You are currently browsing the monthly archive for December 2010.
In my 43/43 goals, I planned to walk the Civil Rights Half Marathon in January, 2011, in San Francisco. However, it clearly isn’t going to happen (I guess the organizers quit), so I’ve been looking for other races, and I’ve found the one I want to train for: the Canyon Meadow Trail Run, in Redwood Regional Park in Oakland, the first Saturday in June. It’s a serious hike, so I’ll be glad of the long, slow leadup–giving myself six months to become able to walk 13.1 miles with an 1900′ elevation gain sounds good. Training in San Francisco should do nicely.
So, I’ve laid out a training schedule, and begin on Monday. Whee!
I’ve been without my regular life-drawing session, as the regular schedule is suspended for December (it resumes Monday, yay), but there have been a few sessions here and there, and last night there was finally one at a time I could manage. It was great to get back to it. (My plan to draw on my own every Monday morning lasted one week; I’ve had to either work or take care of the munchkin the rest of the Mondays of this month, though of course I could have found a different three hours.)

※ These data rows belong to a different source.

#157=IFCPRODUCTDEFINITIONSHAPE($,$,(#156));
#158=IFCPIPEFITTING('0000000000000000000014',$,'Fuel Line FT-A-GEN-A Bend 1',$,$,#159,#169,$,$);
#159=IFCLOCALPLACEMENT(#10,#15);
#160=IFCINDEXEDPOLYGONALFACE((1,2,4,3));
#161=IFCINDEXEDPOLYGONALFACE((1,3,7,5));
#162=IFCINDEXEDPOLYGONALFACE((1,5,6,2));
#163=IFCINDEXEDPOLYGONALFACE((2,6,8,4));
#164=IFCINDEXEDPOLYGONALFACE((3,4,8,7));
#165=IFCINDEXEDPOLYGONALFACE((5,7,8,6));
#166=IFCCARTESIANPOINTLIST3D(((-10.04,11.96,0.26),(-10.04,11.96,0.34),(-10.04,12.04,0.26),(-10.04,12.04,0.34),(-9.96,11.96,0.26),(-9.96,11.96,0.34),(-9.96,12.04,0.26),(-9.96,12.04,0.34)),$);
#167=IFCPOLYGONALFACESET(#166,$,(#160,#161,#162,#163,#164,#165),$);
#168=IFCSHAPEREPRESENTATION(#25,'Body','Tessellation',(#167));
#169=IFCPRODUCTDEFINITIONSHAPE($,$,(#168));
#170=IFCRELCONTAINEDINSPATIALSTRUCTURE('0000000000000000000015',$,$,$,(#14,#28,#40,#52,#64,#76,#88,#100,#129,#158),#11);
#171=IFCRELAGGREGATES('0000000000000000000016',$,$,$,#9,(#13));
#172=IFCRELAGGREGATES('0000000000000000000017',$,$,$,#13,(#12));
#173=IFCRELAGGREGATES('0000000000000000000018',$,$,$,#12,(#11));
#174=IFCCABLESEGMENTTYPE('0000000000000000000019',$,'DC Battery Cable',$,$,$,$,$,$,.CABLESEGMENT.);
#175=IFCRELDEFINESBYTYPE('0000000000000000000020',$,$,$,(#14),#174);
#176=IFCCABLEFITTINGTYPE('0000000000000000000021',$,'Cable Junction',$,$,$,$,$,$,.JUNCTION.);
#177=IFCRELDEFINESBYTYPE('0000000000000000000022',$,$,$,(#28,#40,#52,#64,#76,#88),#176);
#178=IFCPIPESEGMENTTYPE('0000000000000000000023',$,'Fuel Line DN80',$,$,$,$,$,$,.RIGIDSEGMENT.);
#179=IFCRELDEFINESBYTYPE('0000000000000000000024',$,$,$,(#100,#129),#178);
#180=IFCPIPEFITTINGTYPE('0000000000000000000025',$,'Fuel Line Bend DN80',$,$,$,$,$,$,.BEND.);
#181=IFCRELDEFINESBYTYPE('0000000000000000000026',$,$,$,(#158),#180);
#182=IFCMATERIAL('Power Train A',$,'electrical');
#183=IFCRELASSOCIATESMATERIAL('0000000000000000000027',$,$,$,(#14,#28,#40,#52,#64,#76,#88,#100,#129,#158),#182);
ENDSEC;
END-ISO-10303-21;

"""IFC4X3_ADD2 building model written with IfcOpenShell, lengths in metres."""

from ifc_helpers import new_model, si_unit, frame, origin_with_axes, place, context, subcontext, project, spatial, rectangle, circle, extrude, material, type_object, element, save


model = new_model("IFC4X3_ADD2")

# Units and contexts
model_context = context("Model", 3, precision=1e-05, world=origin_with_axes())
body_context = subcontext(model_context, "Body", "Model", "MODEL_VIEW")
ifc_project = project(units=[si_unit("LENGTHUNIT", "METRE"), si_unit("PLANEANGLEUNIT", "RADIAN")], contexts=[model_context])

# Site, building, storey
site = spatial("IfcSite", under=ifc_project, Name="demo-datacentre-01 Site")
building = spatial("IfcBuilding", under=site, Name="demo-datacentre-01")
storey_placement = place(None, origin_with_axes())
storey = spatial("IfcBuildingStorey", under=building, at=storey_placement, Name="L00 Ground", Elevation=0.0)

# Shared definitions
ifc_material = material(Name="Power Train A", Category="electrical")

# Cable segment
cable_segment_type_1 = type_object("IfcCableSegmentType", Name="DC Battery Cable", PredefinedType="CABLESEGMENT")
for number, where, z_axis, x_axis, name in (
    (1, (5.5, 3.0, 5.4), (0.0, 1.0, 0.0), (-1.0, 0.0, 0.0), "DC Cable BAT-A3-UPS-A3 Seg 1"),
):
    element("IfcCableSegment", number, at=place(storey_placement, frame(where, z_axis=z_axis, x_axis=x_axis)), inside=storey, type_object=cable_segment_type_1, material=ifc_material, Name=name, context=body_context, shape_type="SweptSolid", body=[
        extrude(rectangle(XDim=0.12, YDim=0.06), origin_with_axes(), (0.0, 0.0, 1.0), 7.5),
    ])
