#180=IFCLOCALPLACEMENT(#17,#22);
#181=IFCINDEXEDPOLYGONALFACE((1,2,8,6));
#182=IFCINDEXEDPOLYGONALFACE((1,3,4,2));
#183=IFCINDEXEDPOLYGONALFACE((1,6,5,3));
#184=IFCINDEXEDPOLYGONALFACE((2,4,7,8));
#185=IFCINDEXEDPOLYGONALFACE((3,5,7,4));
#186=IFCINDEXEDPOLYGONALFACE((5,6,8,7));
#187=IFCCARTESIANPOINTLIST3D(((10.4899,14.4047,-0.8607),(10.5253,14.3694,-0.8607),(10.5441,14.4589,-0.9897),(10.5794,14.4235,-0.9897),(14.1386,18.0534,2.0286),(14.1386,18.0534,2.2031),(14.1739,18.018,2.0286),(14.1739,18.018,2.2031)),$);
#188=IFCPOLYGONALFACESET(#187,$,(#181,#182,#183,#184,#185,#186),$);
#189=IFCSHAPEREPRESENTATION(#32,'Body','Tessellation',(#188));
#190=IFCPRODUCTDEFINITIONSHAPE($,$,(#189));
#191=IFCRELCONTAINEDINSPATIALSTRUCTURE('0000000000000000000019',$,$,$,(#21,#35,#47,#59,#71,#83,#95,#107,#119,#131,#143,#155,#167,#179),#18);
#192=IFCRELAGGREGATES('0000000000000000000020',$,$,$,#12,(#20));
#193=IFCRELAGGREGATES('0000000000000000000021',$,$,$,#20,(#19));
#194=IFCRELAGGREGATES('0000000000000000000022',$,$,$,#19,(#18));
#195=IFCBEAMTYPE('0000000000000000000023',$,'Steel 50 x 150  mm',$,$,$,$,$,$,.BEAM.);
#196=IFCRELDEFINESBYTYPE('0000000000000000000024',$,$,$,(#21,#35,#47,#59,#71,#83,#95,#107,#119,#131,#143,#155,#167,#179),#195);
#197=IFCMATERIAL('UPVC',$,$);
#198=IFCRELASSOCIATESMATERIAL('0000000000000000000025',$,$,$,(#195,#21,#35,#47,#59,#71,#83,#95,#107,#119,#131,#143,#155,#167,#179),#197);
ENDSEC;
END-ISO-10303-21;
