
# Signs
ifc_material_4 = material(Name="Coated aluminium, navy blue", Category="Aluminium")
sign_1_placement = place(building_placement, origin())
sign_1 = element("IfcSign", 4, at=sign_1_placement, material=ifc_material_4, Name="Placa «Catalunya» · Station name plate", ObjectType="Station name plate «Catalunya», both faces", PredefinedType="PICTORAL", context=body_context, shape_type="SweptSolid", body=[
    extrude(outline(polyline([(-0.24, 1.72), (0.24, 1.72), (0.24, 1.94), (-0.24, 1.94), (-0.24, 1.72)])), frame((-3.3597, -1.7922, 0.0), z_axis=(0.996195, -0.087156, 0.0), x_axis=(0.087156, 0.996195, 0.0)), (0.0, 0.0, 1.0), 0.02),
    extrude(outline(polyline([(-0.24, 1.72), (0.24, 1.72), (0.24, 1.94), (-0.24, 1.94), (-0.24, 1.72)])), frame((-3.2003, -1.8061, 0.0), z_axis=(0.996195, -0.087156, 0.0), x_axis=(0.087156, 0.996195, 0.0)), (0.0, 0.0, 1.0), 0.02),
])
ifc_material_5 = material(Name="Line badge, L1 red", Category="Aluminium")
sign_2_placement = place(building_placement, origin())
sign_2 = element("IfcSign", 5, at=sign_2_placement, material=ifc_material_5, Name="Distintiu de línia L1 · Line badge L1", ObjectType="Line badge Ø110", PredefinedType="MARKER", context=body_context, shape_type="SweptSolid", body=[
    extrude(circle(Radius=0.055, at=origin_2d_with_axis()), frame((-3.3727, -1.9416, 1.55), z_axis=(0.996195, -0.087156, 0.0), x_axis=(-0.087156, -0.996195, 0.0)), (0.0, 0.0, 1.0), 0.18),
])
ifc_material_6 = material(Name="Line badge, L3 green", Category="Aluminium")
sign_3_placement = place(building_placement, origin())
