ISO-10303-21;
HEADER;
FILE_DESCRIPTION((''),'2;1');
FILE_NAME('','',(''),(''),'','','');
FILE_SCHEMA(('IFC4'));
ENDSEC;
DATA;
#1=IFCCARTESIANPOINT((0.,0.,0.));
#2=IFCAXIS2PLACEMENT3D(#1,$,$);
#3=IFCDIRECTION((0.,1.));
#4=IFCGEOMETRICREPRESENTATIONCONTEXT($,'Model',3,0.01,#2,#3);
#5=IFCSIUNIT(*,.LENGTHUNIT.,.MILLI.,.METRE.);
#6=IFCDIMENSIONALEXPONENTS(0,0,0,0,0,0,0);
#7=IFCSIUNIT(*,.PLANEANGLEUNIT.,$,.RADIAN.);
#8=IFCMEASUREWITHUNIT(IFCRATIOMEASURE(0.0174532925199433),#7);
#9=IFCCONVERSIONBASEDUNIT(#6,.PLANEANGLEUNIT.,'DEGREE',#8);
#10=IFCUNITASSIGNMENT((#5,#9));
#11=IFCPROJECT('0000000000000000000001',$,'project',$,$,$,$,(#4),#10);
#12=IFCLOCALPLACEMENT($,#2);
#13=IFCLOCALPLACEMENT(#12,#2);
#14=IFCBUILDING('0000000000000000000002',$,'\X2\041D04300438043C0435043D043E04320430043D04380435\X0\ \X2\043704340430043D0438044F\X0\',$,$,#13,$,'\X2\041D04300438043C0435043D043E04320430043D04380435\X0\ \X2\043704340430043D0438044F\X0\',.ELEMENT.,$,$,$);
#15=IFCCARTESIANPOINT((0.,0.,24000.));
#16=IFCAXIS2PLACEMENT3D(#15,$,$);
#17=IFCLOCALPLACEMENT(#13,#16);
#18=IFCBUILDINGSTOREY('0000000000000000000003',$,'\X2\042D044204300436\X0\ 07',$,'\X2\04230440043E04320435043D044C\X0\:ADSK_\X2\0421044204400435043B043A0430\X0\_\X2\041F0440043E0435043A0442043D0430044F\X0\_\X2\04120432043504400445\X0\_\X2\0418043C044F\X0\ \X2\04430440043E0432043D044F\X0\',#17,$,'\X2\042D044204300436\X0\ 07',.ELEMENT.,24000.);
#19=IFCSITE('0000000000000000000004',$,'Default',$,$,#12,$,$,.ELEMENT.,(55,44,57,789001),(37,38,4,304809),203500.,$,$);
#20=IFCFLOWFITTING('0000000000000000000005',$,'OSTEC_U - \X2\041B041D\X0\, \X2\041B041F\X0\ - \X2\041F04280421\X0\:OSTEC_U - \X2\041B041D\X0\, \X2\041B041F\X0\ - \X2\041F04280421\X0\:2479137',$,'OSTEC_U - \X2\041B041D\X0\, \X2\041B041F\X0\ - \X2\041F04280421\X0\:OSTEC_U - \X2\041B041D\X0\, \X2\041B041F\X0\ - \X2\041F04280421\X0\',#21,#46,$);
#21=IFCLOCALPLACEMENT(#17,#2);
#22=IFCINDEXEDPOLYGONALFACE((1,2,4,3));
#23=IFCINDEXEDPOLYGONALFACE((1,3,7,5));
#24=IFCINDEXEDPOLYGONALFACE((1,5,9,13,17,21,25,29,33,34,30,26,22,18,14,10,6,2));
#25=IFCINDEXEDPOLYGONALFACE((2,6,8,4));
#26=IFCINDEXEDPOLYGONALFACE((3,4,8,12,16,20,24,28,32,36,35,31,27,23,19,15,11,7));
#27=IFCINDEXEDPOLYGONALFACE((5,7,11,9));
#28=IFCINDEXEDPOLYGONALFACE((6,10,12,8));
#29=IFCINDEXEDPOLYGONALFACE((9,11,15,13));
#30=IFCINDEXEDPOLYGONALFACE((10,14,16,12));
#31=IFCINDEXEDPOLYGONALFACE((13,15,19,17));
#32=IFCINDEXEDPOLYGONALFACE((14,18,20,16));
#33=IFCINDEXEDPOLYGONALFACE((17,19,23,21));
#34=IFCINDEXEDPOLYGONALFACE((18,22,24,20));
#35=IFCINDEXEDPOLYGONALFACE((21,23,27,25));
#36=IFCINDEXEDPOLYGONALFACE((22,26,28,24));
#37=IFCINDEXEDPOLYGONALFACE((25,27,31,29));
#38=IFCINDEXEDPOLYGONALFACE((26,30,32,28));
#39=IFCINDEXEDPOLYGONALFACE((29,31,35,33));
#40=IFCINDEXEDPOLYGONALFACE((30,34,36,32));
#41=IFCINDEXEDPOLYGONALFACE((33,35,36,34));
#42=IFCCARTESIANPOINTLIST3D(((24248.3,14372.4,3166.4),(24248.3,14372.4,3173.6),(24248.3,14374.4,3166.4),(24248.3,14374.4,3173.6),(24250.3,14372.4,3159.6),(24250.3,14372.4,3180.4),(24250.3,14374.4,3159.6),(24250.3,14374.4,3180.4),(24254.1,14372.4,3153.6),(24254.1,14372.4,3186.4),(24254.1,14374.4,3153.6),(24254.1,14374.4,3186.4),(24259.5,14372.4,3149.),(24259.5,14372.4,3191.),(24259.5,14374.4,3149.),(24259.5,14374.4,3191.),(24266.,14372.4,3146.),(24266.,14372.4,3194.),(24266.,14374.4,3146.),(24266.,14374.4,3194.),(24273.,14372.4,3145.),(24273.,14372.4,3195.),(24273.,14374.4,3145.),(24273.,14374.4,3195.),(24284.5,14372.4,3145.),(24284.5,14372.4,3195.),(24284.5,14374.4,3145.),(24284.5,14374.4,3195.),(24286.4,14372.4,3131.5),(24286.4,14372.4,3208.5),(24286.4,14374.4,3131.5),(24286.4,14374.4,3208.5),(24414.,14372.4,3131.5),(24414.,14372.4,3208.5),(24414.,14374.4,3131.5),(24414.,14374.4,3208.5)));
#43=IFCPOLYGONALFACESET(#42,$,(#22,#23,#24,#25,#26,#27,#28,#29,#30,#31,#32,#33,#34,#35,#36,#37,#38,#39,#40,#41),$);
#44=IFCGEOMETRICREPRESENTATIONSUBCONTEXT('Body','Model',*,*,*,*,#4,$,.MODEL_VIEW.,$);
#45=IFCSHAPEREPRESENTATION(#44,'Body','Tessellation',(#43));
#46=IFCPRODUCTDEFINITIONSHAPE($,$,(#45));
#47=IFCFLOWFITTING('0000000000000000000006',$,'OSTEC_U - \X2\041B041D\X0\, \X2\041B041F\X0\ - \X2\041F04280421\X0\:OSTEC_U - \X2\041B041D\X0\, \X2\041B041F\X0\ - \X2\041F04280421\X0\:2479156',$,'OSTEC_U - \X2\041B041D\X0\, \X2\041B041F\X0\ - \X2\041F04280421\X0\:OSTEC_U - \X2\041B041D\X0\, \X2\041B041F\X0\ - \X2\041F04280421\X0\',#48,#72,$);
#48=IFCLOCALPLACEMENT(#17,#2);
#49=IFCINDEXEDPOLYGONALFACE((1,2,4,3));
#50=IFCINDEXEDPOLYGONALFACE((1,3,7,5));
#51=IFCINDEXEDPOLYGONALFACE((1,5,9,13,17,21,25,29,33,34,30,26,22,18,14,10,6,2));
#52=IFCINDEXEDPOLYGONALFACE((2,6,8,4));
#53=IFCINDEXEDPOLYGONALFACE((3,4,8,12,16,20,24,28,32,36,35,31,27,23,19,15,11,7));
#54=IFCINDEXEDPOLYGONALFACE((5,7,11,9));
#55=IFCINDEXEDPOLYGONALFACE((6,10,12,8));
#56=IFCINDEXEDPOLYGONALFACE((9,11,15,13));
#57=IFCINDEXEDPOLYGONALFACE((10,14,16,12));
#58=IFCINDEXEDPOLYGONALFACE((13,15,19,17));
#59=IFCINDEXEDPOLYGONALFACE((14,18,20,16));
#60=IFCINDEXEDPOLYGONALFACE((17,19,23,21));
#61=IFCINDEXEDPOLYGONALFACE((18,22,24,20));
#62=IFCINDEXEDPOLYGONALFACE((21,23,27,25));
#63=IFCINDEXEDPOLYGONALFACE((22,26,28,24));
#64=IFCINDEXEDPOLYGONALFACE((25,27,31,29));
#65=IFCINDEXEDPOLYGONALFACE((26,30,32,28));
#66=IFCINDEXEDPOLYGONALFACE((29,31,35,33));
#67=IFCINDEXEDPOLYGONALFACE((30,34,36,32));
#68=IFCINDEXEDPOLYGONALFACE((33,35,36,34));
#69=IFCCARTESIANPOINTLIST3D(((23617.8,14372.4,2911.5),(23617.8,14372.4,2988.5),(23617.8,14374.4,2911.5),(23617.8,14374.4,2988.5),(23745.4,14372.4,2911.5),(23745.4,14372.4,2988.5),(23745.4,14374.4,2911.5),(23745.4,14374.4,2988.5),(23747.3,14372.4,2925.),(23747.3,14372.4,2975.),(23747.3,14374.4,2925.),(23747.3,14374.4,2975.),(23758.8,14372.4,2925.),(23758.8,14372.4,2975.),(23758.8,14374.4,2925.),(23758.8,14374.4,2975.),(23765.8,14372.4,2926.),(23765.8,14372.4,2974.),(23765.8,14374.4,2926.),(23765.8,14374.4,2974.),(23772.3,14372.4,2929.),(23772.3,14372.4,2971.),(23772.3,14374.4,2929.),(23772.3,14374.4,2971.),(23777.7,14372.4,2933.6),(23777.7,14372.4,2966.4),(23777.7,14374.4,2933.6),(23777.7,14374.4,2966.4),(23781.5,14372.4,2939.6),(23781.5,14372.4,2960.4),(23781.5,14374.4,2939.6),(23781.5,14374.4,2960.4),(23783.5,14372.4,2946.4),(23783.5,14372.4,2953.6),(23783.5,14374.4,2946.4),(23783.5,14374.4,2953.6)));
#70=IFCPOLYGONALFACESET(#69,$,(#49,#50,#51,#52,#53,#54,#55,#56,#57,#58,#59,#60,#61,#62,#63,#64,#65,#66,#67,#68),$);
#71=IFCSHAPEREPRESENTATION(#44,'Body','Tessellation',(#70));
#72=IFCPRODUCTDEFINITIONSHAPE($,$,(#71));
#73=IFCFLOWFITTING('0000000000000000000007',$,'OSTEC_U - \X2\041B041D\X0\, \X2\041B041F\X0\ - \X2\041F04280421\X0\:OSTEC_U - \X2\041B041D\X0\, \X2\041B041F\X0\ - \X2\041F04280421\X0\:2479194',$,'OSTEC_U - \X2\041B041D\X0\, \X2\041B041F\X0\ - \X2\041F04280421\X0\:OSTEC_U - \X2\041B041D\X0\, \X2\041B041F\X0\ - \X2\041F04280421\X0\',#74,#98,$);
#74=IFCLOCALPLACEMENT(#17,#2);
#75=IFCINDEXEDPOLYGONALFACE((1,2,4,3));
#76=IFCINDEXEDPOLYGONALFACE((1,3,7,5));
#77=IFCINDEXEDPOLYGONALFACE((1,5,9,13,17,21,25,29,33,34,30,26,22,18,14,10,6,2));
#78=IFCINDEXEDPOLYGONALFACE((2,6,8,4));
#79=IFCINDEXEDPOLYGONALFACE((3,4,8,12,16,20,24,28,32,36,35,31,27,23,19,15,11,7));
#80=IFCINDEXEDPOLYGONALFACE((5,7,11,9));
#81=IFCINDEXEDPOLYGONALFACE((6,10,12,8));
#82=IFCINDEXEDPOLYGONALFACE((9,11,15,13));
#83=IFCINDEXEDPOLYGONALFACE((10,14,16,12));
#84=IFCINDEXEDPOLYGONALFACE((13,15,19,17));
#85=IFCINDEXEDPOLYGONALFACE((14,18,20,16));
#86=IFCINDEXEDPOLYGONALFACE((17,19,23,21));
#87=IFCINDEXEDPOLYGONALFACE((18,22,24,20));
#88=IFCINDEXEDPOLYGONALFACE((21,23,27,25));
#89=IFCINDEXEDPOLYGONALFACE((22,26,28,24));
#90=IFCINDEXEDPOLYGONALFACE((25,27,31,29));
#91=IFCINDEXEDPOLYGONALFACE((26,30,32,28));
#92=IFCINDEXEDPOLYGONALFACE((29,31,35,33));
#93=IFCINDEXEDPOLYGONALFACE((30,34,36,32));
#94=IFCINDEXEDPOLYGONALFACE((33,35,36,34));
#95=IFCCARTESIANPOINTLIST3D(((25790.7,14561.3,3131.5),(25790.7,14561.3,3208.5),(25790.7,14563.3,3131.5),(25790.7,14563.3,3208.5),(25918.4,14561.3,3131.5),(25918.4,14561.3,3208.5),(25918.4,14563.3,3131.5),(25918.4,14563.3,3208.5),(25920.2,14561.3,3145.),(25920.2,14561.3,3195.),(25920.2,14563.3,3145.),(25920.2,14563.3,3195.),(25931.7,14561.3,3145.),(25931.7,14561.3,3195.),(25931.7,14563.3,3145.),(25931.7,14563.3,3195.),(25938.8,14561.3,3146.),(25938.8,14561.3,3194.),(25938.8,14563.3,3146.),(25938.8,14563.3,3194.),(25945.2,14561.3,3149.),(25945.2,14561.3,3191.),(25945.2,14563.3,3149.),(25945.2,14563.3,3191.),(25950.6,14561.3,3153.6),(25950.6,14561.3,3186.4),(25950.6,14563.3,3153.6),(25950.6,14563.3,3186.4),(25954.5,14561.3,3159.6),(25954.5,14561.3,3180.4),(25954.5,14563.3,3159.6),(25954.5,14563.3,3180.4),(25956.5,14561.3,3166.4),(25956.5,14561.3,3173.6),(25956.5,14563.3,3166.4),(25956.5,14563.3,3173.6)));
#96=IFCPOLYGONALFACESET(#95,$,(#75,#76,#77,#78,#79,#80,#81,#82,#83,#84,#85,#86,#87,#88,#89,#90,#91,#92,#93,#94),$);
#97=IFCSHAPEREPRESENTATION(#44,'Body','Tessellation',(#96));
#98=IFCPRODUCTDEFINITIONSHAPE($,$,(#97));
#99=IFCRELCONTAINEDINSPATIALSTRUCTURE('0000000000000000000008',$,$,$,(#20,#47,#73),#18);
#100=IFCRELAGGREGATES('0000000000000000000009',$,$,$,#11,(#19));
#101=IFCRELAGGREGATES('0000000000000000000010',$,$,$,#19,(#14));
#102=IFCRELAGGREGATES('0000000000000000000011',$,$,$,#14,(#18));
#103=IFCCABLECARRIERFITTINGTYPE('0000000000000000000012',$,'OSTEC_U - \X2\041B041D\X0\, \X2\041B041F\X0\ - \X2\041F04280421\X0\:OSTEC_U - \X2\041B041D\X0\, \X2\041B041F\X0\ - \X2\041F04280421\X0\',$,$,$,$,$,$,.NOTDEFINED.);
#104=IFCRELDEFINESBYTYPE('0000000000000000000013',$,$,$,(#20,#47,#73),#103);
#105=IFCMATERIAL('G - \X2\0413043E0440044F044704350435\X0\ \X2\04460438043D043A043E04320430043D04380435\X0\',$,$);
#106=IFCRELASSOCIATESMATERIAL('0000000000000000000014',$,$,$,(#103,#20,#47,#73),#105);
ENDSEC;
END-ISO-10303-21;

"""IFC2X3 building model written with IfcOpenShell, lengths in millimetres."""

from ifc_helpers import new_model, entity, si_unit, converted_unit, direction, frame, frame_2d, origin, place, context, subcontext, project, spatial, polyline, circle_curve, parameter, trimmed, segment, composite_curve, outline, extrude, source, transform, mapped, material, type_object, type_shapes, element, save


model = new_model("IFC2X3")

# Units and contexts
model_context = context("Model", 3, precision=0.01, world=origin(), true_north=direction((0.0, 1.0)))
body_context = subcontext(model_context, "Body", "Model", "MODEL_VIEW")
ifc_project = project(units=[si_unit("LENGTHUNIT", "METRE", prefix="MILLI"), converted_unit("PLANEANGLEUNIT", "DEGREE", entity("IfcRatioMeasure", 0.0174532925199433), si_unit("PLANEANGLEUNIT", "RADIAN"), dimensions=[0, 0, 0, 0, 0, 0, 0])], contexts=[model_context])

# Site, building, storey
site_placement = place(None, frame((0.0, 0.0, 0.0)))
site = spatial("IfcSite", under=ifc_project, at=site_placement, Name="Default", CompositionType="ELEMENT", RefLatitude=(55, 44, 57, 789001), RefLongitude=(37, 38, 4, 304809), RefElevation=203500.0)
building_placement = place(site_placement, origin())
building = spatial("IfcBuilding", under=site, at=building_placement, Name="Наименование здания", LongName="Наименование здания", CompositionType="ELEMENT")
storey_placement = place(building_placement, frame((0.0, 0.0, 24000.0)))
storey = spatial("IfcBuildingStorey", under=building, at=storey_placement, Name="Этаж 07", ObjectType="Уровень:ADSK_Стрелка_Проектная_Вверх_Имя уровня", LongName="Этаж 07", CompositionType="ELEMENT", Elevation=24000.0)

# Flow fittings
ifc_material_1 = material(Name="G - Горячее цинкование")
cable_carrier_fitting_type_1 = type_object("IfcCableCarrierFittingType", Name="OSTEC_U - ЛН, ЛП - ПШС:OSTEC_U - ЛН, ЛП - ПШС", PredefinedType="NOTDEFINED", material=ifc_material_1)
shared_shape_1 = source(origin(), body_context, "Body", "SweptSolid", [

I’m feeling, and resisting, the urge to try (1) some color and (2) better paper than the newsprint I’ve been using. I probably will try other paper soon, because it really makes a difference to the process and appearance, but using newsprint helps keep my punishing perfectionism at bay; it reminds me this is just practice, stuff to be thrown away (though frequently scanned first, so I can look back and learn from what I’ve done). As for color, with this figure drawing I just want to keep working on the basics for a while yet. Maybe a long while.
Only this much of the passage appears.